» WHAT THIS TASK INVOLVES: Your output should be the entries below, from the first line up to and including the line with "#144=IFCINDEXEDPOLYGONALFACE((109,111,112,110));", reproduced exactly and with no other lines.

» GIVEN DATA:
------------------------------------------------------------------------

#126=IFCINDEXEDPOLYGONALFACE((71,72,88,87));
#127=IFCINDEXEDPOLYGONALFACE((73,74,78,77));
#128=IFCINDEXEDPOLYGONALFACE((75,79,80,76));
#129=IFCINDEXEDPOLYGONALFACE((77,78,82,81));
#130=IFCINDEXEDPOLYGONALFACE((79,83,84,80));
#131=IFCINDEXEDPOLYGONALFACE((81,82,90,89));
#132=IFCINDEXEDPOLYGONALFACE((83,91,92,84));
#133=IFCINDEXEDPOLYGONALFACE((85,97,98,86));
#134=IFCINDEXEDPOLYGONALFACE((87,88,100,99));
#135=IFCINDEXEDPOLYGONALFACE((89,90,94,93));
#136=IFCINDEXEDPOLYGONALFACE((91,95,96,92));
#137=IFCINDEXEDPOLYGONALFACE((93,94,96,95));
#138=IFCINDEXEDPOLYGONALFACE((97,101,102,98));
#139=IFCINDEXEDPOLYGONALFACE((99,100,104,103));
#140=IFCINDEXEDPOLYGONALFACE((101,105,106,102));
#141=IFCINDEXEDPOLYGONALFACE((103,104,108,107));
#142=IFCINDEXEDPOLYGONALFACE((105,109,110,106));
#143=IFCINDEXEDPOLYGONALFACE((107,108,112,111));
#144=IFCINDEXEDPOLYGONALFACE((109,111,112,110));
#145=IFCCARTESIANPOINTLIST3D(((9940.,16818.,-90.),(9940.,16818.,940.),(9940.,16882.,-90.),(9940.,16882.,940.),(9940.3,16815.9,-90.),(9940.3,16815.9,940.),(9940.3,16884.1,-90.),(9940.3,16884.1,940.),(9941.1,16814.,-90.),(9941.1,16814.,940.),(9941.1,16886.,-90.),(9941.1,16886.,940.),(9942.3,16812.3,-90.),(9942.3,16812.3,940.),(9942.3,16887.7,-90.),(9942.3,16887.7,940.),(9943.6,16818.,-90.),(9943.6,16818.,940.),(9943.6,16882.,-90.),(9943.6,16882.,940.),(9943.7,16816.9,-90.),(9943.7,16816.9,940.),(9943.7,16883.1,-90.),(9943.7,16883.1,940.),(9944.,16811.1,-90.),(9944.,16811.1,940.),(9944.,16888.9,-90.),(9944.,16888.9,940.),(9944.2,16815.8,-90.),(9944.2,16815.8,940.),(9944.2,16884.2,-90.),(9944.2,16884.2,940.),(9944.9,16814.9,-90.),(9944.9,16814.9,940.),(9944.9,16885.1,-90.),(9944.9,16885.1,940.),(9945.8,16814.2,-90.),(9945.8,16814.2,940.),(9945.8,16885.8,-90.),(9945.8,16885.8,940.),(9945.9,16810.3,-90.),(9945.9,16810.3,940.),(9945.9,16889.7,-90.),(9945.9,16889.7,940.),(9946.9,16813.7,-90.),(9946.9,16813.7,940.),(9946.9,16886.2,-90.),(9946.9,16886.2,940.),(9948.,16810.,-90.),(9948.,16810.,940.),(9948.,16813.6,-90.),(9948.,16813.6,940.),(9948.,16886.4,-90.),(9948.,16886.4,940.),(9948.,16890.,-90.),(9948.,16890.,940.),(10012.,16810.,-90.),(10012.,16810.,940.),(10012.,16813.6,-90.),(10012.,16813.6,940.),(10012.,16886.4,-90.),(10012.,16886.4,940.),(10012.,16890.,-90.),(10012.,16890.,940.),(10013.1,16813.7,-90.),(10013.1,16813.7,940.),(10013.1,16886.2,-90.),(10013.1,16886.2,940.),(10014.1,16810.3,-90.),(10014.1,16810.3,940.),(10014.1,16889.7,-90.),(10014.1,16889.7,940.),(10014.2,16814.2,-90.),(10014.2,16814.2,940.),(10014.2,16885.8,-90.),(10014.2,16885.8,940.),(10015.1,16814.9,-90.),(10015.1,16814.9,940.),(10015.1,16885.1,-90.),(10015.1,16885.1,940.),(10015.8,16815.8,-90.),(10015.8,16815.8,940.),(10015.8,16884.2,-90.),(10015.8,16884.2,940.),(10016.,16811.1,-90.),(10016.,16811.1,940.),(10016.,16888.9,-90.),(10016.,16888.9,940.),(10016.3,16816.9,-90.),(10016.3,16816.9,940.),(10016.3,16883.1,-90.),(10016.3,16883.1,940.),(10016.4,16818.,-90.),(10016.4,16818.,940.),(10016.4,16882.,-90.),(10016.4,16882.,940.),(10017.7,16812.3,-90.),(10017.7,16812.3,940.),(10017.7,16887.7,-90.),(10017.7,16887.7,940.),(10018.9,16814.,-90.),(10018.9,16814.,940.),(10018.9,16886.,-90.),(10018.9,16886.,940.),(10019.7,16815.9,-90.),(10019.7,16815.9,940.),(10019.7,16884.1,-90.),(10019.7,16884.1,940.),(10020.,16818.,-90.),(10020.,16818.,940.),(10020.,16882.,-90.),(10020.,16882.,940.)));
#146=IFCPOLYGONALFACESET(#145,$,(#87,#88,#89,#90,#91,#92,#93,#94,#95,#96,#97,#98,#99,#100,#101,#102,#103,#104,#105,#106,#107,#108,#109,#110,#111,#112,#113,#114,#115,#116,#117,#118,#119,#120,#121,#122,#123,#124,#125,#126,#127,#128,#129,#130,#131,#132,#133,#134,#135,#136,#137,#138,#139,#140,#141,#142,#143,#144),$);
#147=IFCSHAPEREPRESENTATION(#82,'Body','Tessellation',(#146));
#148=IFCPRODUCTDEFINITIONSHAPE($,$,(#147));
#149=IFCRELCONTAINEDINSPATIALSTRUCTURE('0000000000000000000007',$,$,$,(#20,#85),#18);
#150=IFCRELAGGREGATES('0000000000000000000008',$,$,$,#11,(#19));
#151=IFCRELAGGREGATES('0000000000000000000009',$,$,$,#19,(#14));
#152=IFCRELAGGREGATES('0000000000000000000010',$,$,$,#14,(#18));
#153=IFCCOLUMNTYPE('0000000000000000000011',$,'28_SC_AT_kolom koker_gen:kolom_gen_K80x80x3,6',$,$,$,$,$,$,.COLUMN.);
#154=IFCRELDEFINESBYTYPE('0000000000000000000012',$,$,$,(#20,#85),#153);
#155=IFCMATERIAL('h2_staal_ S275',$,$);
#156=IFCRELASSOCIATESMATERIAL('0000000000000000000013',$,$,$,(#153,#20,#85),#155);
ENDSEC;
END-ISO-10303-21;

------------------------------------------------------------------------

» WORKED SOLUTION:
#126=IFCINDEXEDPOLYGONALFACE((71,72,88,87));
#127=IFCINDEXEDPOLYGONALFACE((73,74,78,77));
#128=IFCINDEXEDPOLYGONALFACE((75,79,80,76));
#129=IFCINDEXEDPOLYGONALFACE((77,78,82,81));
#130=IFCINDEXEDPOLYGONALFACE((79,83,84,80));
#131=IFCINDEXEDPOLYGONALFACE((81,82,90,89));
#132=IFCINDEXEDPOLYGONALFACE((83,91,92,84));
#133=IFCINDEXEDPOLYGONALFACE((85,97,98,86));
#134=IFCINDEXEDPOLYGONALFACE((87,88,100,99));
#135=IFCINDEXEDPOLYGONALFACE((89,90,94,93));
#136=IFCINDEXEDPOLYGONALFACE((91,95,96,92));
#137=IFCINDEXEDPOLYGONALFACE((93,94,96,95));
#138=IFCINDEXEDPOLYGONALFACE((97,101,102,98));
#139=IFCINDEXEDPOLYGONALFACE((99,100,104,103));
#140=IFCINDEXEDPOLYGONALFACE((101,105,106,102));
#141=IFCINDEXEDPOLYGONALFACE((103,104,108,107));
#142=IFCINDEXEDPOLYGONALFACE((105,109,110,106));
#143=IFCINDEXEDPOLYGONALFACE((107,108,112,111));
#144=IFCINDEXEDPOLYGONALFACE((109,111,112,110));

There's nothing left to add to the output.